Self-Supervised Audio-Visual Learning - Xavier Giro - UPC TelecomBCN Barcelon...
Self-Supervised Audio-Visual Learning - Xavier Giro - UPC TelecomBCN Barcelon...Self-Supervised Audio-Visual Learning - Xavier Giro - UPC TelecomBCN Barcelon...
Self-Supervised Audio-Visual Learning - Xavier Giro - UPC TelecomBCN Barcelon...
 
Language and Vision with Deep Learning - Xavier Giró - ACM ICMR 2020 (Tutorial)
Language and Vision with Deep Learning - Xavier Giró - ACM ICMR 2020 (Tutorial)Language and Vision with Deep Learning - Xavier Giró - ACM ICMR 2020 (Tutorial)

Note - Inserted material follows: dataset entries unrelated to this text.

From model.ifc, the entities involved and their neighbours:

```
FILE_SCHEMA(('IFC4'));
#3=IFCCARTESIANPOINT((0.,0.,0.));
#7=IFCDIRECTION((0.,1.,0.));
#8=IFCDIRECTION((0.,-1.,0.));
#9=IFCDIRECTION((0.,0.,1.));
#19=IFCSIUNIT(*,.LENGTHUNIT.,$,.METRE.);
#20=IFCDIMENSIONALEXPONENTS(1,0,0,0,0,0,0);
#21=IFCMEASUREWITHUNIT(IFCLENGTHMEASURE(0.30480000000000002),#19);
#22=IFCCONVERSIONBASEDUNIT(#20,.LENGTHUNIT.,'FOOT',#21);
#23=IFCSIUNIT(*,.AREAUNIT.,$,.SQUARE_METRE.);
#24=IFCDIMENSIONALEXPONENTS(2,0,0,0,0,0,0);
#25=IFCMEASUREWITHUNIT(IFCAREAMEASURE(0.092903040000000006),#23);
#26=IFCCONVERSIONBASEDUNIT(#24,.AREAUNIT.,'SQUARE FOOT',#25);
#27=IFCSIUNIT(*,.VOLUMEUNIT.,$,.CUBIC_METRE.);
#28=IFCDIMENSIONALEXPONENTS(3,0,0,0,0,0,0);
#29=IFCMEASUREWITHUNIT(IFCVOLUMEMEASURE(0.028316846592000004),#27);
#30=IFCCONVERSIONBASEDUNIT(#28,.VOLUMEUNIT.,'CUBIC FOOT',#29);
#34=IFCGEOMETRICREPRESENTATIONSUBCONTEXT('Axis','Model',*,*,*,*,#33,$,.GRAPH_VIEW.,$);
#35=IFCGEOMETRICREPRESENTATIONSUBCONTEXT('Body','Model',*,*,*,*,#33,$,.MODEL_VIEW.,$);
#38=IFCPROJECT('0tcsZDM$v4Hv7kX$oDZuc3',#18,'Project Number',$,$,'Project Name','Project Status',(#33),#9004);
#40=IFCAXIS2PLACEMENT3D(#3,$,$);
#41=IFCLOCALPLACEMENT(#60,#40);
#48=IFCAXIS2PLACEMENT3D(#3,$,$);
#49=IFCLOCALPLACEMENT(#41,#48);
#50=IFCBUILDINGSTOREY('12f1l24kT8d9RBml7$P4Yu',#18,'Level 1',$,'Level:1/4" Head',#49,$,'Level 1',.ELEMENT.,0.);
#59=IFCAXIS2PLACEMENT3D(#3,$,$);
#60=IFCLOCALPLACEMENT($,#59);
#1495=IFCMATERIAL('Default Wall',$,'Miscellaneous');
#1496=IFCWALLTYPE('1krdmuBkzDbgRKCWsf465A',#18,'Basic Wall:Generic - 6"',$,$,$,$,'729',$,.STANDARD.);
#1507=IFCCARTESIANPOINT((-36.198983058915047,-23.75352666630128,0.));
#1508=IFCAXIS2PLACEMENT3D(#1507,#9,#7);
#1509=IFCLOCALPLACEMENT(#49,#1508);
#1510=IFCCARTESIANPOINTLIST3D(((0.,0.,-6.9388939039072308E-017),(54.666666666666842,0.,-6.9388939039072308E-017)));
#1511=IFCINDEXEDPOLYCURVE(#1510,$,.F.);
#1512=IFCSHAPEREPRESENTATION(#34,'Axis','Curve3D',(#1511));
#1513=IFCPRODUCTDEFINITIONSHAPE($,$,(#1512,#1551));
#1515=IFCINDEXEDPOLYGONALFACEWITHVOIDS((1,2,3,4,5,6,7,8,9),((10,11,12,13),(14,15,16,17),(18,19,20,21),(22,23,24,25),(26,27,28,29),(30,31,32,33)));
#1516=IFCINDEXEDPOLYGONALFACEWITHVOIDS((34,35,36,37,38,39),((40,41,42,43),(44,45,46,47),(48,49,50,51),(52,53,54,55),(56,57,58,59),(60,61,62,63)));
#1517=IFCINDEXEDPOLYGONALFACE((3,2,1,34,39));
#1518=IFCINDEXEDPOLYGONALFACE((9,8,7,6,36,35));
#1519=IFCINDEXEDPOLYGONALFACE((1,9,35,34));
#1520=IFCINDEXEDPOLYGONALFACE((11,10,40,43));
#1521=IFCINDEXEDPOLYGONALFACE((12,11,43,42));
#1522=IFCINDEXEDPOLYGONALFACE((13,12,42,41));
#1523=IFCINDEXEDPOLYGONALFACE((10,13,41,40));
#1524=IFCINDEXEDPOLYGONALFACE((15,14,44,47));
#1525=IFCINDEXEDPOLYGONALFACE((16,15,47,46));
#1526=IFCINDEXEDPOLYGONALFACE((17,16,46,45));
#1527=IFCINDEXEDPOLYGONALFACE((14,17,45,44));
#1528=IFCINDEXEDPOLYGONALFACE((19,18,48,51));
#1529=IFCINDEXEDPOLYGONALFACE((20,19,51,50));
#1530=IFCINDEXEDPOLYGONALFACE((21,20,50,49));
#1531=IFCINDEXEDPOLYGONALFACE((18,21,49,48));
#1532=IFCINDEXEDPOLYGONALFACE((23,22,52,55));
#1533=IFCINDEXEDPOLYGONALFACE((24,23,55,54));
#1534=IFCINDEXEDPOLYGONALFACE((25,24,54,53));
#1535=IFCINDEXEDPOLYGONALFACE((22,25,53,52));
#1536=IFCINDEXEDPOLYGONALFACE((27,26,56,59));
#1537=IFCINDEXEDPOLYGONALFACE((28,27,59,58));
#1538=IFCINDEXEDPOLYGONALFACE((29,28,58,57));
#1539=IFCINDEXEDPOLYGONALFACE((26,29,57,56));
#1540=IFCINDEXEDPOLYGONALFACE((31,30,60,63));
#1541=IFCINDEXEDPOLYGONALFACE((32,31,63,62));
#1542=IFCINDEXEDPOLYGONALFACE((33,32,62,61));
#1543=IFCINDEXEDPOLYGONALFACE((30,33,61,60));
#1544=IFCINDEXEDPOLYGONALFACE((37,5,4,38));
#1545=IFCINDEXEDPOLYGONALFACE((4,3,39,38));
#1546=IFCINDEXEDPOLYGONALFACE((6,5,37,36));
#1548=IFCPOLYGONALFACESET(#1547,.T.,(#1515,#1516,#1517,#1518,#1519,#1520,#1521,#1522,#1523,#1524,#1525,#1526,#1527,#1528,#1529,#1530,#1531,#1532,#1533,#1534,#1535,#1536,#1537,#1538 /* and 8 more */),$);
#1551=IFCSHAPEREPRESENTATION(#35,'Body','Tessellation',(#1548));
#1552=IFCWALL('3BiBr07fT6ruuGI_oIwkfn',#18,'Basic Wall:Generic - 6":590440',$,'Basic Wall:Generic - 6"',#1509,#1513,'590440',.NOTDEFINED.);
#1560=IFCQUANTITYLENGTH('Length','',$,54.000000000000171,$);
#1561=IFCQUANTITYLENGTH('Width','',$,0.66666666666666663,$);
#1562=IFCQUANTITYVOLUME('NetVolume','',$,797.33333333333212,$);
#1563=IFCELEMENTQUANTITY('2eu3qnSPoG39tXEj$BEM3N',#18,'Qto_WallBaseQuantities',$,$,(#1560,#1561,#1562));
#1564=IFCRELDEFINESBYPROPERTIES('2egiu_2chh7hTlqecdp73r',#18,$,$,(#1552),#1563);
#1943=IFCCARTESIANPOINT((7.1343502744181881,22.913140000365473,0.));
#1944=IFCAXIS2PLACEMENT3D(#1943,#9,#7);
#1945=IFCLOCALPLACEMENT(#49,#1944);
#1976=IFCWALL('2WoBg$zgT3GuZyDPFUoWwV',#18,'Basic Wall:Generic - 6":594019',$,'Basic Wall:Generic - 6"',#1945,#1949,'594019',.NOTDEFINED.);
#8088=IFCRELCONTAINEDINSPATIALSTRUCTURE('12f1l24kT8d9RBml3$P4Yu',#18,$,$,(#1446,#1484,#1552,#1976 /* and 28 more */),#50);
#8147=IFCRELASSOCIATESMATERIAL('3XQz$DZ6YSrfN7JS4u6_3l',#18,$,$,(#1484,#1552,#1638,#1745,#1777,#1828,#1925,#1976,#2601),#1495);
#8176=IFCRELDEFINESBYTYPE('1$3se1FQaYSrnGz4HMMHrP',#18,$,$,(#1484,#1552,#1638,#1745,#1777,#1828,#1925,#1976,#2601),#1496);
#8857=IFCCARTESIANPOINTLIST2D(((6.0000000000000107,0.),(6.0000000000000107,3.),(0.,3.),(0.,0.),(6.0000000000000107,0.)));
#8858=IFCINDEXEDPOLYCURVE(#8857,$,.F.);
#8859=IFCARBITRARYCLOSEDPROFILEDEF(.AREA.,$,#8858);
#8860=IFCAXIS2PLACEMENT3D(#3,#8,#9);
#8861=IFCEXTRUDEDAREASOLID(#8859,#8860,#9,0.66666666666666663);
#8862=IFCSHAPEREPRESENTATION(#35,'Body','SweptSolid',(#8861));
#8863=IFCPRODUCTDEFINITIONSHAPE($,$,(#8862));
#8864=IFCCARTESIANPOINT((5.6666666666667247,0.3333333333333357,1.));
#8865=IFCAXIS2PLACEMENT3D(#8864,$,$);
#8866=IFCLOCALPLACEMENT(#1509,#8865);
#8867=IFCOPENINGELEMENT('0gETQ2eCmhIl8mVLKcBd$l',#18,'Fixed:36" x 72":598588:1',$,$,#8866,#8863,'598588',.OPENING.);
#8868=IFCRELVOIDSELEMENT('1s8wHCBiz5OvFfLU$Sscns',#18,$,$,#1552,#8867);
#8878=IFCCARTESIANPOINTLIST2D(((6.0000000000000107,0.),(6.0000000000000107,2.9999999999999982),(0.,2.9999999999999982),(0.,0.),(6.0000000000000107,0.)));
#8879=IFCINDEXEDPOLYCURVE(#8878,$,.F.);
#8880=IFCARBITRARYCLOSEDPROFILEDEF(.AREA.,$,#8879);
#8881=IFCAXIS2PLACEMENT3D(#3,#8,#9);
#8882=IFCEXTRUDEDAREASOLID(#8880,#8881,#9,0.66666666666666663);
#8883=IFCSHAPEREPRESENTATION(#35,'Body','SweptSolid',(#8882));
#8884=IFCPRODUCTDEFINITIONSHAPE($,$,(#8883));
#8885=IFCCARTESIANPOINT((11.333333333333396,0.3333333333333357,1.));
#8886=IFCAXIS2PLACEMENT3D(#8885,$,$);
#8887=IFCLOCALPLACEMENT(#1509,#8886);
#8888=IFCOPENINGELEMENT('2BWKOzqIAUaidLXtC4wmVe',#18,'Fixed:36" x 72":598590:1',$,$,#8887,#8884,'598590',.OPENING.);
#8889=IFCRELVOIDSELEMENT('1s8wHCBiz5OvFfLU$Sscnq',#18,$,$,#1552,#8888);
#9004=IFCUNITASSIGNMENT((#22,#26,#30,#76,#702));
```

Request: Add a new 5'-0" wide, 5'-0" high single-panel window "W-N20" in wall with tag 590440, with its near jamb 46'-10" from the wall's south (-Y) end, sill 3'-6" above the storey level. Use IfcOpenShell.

```python
import numpy as np
import ifcopenshell
import ifcopenshell.api.feature
import ifcopenshell.api.geometry
import ifcopenshell.api.pset
import ifcopenshell.api.root
import ifcopenshell.api.spatial
import ifcopenshell.geom
import ifcopenshell.util.element
import ifcopenshell.util.placement
import ifcopenshell.util.representation
import ifcopenshell.util.shape
import ifcopenshell.util.unit

model = ifcopenshell.open("model.ifc")
unit_scale = ifcopenshell.util.unit.calculate_unit_scale(model)
volume_scale = ifcopenshell.util.unit.calculate_unit_scale(model, "VOLUMEUNIT")
settings = ifcopenshell.geom.settings()


def volume(element):
    """Net volume in cubic metres, openings subtracted."""
    shape = ifcopenshell.geom.create_shape(settings, element)
    return ifcopenshell.util.shape.get_volume(shape.geometry)


wall = model.by_guid("3BiBr07fT6ruuGI_oIwkfn")
storey = ifcopenshell.util.element.get_container(wall, ifc_class="IfcBuildingStorey")
context = ifcopenshell.util.representation.get_context(model, "Model", "Body", "MODEL_VIEW")
before = volume(wall)

width, height, from_end, sill = 1.524, 1.524, 14.2748, 1.0668  # metres

# The wall runs along its own X axis, and the end named is its -X end.
wall_shape = ifcopenshell.geom.create_shape(settings, wall)
x, y, z = ifcopenshell.util.shape.get_vertices(wall_shape.geometry).T
start = x.min() + from_end
face, thickness = float(y.min()), float(y.max() - y.min())
wall_matrix = ifcopenshell.util.placement.get_local_placement(wall.ObjectPlacement)
level = ifcopenshell.util.placement.get_local_placement(storey.ObjectPlacement)[2, 3]


def in_wall(x, y):
    """Placement at x, y metres in the wall's axes, at sill height."""
    matrix = wall_matrix.copy()
    matrix[:, 3] = wall_matrix @ np.array([x / unit_scale, y / unit_scale, 0.0, 1.0])
    matrix[2, 3] = level + sill / unit_scale
    return matrix


# Opening: a box that overshoots both wall faces by 50 mm.
opening = ifcopenshell.api.root.create_entity(model, ifc_class="IfcOpeningElement", predefined_type="OPENING")
box = ifcopenshell.api.geometry.add_wall_representation(
    model, context=context, length=width, height=height, thickness=thickness + 0.1
)
ifcopenshell.api.geometry.assign_representation(model, product=opening, representation=box)
ifcopenshell.api.geometry.edit_object_placement(model, product=opening, matrix=in_wall(start, face - 0.05), is_si=False)
ifcopenshell.api.feature.add_feature(model, feature=opening, element=wall)

window = ifcopenshell.api.root.create_entity(model, ifc_class="IfcWindow", name="W-N20", predefined_type="WINDOW")
window.OverallWidth, window.OverallHeight = width / unit_scale, height / unit_scale
window.PartitioningType = "SINGLE_PANEL"
body = ifcopenshell.api.geometry.add_window_representation(
    model,
    context=context,
    overall_width=window.OverallWidth,
    overall_height=window.OverallHeight,
    partition_type="SINGLE_PANEL",
)
ifcopenshell.api.geometry.assign_representation(model, product=window, representation=body)
ifcopenshell.api.spatial.assign_container(model, products=[window], relating_structure=storey)
ifcopenshell.api.feature.add_filling(model, opening=opening, element=window)

# Centre the window in the wall's thickness.
ifcopenshell.api.geometry.edit_object_placement(model, product=window, matrix=in_wall(start, face), is_si=False)
window_shape = ifcopenshell.geom.create_shape(settings, window)
depth = ifcopenshell.util.shape.get_vertices(window_shape.geometry)[:, 1]
offset = face + thickness / 2 - (depth.min() + depth.max()) / 2
ifcopenshell.api.geometry.edit_object_placement(model, product=window, matrix=in_wall(start, offset), is_si=False)

after = volume(wall)

# Update the wall's stored quantities.
qto = model.by_id(ifcopenshell.util.element.get_pset(wall, "Qto_WallBaseQuantities", should_inherit=False)["id"])
ifcopenshell.api.pset.edit_qto(model, qto=qto, properties={"NetVolume": after / volume_scale})

print(f"wall volume {before:.3f} -> {after:.3f} m3")

model.write("model-out.ifc")
```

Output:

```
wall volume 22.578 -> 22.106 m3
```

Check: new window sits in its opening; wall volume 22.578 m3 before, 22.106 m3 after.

Language and Vision with Deep Learning - Xavier Giró - ACM ICMR 2020 (Tutorial)
 
Curriculum Learning for Recurrent Video Object Segmentation
Curriculum Learning for Recurrent Video Object SegmentationCurriculum Learning for Recurrent Video Object Segmentation
Curriculum Learning for Recurrent Video Object Segmentation
 
Transcription-Enriched Joint Embeddings for Spoken Descriptions of Images and...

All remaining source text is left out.